Question: When the initial deal idea was raised, the other players all quickly pointed out, “You get 1st place money. You can’t finish any better than that!” But could I have gotten more than 1st place money in a deal? Is this ever done? Do players ever use extreme big-stack deal leverage to squeeze better than 1st place money out of a deal – pay me better than 1st place money, or no deal? My equity in the remaining prize pool was about $2800 based on my stack size, but they were correct that I could not win more than $1928 if we played it out. They each got about $700 in the deal, but 3rd and 4th place money was somewhere around $600 and $400, respectively, so my leverage would have been their individual risk of losing about $300 by playing on. I would have looked like a greedy hog for even trying, but I’m still curious if this would have worked.
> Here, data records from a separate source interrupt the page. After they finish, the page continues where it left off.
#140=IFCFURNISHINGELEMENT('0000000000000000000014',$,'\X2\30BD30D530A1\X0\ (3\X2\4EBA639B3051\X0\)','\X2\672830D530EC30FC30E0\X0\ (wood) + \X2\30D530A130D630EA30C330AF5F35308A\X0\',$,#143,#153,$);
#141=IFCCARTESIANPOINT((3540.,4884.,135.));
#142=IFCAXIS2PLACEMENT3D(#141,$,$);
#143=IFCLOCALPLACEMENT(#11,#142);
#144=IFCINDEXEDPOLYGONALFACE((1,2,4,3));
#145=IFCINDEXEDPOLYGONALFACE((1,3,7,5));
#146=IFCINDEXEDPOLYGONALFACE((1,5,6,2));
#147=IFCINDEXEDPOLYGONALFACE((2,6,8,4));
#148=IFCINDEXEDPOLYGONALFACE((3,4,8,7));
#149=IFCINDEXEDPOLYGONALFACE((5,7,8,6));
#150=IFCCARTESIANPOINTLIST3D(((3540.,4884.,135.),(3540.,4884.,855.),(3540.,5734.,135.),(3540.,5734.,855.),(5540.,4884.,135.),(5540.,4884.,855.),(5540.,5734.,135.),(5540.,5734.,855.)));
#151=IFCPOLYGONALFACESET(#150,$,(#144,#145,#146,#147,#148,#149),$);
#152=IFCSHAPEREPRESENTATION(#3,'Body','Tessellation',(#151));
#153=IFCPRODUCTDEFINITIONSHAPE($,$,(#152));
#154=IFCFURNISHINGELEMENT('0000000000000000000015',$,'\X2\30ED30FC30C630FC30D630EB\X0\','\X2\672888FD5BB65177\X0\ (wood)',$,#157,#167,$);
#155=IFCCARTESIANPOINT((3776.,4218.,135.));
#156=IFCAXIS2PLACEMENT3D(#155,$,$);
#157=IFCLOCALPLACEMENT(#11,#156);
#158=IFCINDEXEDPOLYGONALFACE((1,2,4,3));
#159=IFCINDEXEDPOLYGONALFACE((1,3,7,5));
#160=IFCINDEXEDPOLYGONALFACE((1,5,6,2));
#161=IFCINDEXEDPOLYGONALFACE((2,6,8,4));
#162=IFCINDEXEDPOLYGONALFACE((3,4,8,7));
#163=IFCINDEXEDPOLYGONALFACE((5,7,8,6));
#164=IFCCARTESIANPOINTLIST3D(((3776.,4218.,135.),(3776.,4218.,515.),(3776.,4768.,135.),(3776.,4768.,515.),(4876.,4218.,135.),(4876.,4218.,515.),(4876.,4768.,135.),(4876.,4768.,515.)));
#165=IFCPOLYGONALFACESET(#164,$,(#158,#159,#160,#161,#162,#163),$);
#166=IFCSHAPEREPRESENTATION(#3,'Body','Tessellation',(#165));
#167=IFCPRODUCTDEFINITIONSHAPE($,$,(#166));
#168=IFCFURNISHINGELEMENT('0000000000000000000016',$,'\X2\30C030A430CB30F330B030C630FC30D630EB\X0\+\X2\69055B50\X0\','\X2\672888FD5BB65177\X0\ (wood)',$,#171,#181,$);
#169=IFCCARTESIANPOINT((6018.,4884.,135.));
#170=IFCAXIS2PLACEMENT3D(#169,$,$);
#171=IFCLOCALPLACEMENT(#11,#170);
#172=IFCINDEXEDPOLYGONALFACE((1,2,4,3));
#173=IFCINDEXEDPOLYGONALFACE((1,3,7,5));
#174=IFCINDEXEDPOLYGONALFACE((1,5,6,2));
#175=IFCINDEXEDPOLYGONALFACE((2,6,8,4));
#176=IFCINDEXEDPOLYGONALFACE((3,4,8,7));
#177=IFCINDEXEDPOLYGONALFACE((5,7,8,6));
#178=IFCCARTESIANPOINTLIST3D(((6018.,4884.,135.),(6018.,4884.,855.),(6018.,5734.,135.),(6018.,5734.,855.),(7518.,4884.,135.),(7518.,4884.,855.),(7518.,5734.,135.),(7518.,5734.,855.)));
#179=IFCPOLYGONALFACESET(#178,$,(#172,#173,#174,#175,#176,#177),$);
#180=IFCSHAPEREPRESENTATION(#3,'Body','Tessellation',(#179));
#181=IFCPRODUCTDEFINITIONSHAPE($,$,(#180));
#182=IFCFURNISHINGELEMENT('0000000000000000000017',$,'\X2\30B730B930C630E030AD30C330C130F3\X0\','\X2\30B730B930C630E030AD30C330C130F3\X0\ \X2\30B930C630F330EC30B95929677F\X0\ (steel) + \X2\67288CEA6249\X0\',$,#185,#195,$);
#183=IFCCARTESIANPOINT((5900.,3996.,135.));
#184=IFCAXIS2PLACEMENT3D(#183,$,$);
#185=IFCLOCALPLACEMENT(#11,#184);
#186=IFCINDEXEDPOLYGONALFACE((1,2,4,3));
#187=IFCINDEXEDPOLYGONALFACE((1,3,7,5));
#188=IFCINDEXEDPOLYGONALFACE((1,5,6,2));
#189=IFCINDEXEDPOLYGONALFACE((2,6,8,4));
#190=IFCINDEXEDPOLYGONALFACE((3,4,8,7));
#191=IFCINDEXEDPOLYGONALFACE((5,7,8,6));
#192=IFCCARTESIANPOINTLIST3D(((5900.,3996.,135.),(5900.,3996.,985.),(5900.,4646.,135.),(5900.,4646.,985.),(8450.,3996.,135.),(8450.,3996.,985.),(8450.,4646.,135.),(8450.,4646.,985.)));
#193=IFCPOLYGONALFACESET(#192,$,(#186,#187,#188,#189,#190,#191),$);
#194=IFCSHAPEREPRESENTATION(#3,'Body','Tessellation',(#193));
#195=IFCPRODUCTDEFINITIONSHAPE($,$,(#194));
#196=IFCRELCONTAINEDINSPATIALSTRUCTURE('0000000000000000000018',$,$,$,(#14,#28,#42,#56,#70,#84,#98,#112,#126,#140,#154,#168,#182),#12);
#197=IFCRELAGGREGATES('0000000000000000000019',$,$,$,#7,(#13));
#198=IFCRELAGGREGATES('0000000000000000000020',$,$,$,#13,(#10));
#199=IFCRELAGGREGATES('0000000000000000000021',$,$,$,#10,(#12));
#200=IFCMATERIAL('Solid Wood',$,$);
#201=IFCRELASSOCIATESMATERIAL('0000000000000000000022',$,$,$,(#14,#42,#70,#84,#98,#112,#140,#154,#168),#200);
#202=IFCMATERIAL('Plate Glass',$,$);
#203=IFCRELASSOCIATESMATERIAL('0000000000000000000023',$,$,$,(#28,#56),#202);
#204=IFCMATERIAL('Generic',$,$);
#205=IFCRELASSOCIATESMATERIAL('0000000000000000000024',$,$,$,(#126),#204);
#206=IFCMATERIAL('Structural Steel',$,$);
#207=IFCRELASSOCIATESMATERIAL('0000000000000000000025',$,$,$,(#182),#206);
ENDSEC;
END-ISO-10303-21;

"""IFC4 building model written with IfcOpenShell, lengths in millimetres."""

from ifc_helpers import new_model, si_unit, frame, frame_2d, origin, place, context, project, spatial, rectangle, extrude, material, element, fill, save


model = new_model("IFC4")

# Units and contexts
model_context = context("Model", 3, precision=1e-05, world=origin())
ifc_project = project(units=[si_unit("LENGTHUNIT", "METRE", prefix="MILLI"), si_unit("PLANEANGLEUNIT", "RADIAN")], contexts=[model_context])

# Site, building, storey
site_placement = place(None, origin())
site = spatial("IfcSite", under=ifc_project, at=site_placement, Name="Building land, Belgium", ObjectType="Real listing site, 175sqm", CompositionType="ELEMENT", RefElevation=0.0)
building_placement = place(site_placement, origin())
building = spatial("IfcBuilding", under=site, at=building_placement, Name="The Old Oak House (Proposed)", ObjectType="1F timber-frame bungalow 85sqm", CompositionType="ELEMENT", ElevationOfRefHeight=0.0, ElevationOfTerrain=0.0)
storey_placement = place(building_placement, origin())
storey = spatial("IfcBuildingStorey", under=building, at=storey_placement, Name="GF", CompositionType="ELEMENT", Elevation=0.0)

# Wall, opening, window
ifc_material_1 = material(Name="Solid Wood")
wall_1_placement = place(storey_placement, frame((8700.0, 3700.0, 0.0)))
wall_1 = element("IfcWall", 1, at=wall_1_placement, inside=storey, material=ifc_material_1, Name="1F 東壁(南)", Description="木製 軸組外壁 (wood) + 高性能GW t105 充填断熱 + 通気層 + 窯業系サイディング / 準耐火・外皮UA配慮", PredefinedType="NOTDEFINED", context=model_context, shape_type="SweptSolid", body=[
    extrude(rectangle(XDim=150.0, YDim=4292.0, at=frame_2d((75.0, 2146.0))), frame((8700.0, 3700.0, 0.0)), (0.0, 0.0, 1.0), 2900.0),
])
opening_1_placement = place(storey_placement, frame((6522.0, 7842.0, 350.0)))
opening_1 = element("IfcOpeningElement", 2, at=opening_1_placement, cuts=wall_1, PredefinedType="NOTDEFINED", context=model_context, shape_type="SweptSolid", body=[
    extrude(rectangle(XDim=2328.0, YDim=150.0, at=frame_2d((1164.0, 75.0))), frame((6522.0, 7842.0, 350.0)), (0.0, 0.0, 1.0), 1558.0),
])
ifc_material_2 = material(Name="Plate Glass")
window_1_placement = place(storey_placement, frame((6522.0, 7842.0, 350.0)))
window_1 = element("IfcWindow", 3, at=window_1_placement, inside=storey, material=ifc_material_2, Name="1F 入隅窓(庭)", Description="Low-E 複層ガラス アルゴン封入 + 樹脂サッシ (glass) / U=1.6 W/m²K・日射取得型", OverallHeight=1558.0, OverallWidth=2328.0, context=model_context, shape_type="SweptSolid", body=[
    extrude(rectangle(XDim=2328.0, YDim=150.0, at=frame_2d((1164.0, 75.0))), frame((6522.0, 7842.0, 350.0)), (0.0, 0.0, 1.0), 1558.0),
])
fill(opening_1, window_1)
Wednesday, October 10, 2007

Save the Chipleader, Save the World

The Game: $1/2 NLHE with a $5 bring-in. It costs at least $5 to limp in, including the BB. You can sit down with a max of $500 or 75% of the biggest stack at the table. I have no idea why the blinds are only $1/2, when the stacks are so big. Standard PF raise is $15 or $20.

My image: Loose PF, fairly tight after the flop. I’ve been playing a lot of hands, open raising or calling standard PF raises with anything playable, including everything down to single and double-gapped suited connectors. Important for this hand: I have not lost a single showdown all night. I’ve either won before showdown, won at showdown, or bailed out before the showdown. I started with $500 and I’m the big stack at the table with around $900.
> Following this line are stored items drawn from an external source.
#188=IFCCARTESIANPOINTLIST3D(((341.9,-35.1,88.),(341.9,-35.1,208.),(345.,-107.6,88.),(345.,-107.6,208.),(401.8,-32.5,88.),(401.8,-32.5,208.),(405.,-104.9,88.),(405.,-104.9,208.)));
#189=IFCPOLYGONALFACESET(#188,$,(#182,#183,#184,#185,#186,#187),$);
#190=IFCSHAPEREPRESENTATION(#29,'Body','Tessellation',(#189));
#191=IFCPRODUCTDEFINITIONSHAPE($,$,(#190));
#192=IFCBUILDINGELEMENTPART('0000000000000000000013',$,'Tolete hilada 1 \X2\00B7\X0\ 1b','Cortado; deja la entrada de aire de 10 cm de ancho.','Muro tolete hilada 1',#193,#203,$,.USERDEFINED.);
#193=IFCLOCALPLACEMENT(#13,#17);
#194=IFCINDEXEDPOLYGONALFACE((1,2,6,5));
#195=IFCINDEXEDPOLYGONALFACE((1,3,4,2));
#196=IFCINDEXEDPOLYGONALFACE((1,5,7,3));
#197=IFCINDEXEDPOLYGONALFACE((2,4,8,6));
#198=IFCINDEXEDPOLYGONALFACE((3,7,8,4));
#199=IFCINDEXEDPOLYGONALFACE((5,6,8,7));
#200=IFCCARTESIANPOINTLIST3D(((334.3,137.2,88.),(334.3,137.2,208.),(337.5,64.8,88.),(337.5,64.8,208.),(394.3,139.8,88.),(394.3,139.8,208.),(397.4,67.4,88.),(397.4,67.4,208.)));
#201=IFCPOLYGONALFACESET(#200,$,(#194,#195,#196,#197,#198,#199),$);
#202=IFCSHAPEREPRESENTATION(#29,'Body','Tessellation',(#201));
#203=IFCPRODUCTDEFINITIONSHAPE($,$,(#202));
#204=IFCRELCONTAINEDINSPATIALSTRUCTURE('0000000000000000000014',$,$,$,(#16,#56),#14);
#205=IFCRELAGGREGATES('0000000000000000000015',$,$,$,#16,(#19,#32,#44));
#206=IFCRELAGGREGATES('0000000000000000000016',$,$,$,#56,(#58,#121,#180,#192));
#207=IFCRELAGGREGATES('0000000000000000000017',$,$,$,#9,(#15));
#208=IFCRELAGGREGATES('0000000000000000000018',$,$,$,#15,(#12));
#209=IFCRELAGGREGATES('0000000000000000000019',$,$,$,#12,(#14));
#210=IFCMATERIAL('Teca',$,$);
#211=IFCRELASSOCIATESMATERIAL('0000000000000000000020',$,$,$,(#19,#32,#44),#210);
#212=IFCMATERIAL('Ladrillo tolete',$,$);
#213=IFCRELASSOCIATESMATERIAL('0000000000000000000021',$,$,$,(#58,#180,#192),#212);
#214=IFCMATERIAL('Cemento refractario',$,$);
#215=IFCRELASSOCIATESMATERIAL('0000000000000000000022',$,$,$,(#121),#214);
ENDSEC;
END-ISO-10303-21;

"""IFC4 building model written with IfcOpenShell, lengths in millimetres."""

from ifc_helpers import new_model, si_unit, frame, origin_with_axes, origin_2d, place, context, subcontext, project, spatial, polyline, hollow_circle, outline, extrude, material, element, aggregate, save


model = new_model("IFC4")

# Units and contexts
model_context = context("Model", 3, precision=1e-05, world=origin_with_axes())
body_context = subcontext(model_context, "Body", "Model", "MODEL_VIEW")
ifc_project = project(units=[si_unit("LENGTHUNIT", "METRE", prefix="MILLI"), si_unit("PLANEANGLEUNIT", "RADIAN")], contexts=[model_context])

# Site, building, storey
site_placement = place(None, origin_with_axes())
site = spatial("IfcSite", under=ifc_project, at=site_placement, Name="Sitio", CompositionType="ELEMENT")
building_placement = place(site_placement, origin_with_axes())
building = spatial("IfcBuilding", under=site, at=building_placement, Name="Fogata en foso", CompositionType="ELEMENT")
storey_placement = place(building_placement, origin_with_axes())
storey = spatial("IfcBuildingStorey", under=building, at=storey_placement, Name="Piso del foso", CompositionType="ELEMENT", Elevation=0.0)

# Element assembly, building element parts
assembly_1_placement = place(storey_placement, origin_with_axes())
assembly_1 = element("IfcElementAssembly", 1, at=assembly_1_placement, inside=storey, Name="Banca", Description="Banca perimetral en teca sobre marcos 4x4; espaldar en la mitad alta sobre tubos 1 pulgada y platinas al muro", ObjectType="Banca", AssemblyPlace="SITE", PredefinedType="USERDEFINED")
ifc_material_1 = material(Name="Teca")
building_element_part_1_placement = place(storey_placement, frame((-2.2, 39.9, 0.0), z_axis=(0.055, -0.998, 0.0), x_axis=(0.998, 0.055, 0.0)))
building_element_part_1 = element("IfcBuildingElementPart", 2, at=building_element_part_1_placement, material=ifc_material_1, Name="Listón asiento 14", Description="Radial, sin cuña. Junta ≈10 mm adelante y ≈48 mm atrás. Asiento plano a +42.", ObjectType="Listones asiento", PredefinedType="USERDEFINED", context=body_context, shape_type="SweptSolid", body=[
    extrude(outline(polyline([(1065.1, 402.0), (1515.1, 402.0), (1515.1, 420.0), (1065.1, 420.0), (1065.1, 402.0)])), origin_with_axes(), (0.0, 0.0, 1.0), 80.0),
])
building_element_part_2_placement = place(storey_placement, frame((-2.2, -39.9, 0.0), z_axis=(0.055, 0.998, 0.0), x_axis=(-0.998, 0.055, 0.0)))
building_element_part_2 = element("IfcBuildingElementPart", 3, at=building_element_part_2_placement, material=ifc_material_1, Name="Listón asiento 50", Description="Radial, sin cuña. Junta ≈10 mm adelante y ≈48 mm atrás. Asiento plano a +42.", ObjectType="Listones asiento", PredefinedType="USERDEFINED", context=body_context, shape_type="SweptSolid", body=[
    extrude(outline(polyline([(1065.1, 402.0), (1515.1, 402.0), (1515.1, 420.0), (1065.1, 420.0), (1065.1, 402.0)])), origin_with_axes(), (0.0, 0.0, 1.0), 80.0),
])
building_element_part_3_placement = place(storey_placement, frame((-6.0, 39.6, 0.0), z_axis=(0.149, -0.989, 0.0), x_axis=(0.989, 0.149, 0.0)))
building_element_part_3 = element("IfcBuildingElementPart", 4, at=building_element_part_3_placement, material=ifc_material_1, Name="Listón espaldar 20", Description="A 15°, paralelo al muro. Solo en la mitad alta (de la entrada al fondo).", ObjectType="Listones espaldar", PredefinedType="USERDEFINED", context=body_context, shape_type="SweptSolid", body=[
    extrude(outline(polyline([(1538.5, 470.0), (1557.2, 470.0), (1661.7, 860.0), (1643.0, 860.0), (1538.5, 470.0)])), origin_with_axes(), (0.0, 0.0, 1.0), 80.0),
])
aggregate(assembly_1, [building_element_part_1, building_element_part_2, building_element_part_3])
The Villain: Sunburnt 40-ish Kansas State fan who watched Kansas whip K-State earlier in the day. He’s the luckbox of the evening – he keeps stumbling into lucky coolers that no one can fold. He has AA when someone else has KK, all in PF. He flops top set when someone else flops middle set, all in on the flop. He turns a straight when someone else flops 2-pair. He sat down with about $250 and ran it up to nearly $800 through dumb luck. He’s playing somewhat loose PF, but he sticks to the big cards and doesn’t seem to play the lower cards. Most importantly, Villain has the shakes when he has a big hand, and its very obvious to the whole table. Its been a 100% reliable tell.

The Hand: UTG+1, I raise to $15 PF with AT-clubs. Four callers, including Villain in the BB.
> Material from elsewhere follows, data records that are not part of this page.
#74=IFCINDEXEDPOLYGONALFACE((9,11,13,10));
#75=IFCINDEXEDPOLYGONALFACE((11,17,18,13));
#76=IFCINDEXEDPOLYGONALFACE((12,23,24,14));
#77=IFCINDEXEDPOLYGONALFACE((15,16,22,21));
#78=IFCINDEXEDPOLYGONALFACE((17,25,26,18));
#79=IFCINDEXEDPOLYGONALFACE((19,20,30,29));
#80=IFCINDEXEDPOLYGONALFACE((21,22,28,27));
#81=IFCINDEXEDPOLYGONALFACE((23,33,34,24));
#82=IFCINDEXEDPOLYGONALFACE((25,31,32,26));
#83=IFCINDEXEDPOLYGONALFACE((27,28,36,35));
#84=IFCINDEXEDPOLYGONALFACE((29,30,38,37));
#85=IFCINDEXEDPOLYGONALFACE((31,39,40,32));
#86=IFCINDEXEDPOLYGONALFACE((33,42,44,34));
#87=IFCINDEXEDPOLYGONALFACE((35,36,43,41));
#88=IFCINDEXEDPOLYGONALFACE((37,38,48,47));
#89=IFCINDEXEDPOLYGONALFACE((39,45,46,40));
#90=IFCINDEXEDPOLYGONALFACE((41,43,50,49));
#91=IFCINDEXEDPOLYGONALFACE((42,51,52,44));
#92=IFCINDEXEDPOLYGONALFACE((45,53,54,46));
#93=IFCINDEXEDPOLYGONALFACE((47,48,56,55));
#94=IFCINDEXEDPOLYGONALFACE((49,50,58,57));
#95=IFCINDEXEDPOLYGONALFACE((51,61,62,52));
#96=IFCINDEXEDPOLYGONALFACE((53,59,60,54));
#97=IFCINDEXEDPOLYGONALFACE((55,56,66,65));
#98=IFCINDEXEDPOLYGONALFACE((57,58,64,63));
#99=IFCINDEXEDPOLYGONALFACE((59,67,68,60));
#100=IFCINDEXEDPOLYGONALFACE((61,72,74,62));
Flop is 4-A-4, rainbow. Villain checks. I bet $45. Everyone folds to Villain, who just calls.

Turn is 4-A-4-2, two spades. Villain bets $100, and he’s shaking horribly. I openly called attention to his shaking by saying “The Shake-O-Meter is pretty high. That really scares me.” Some laughs at the table. Villain looks kind of scared. Then I call.

River is 4-A-4-2-2. Villain bets $200, and he’s shaking even more as he struggles to push forward two stacks of red without causing a minor earthquake. He has $405 left. I say “Wow” when he is done, to point out that I am very aware of how badly he is shaking and aware of his strength. Then I calmly push.

Villain thinks about folding for a long time, then calls and shows J4-hearts. I muck and go home.

Analysis: I was attempting to use his tell against him, but my play failed miserably. I was trying to tell him, “I know how strong you think your hand is, but I am still pushing in the face of such an obvious tell. I have you beat.” Maybe I should have been more blunt and just said, “I know you have a four, but you should still fold and save your chips. I’m all in.”

His pause after my push on the river meant that he at least gave serious consideration to the fact that I could have AA, or maybe A4. I played this hand exactly as I would with AA – just calling his strong bet on the turn, and then pushing on the river even though it was almost 100% obvious he had a four.

(As a side note, I could not figure out his other card during the hand. I really didn’t think he had A4, so that left something like 54 or maybe 64. So, his actual hand of J4 was very unexpected and out of character with his prior play, but also completely irrelevant.)

What I learned from this hand: Don’t try a big bluff against a mediocre player that is incapable of folding in this situation. Be less likely to bluff against someone that has had a really good night and 75% of his stack came from other players. Don’t bluff K-State donkeys.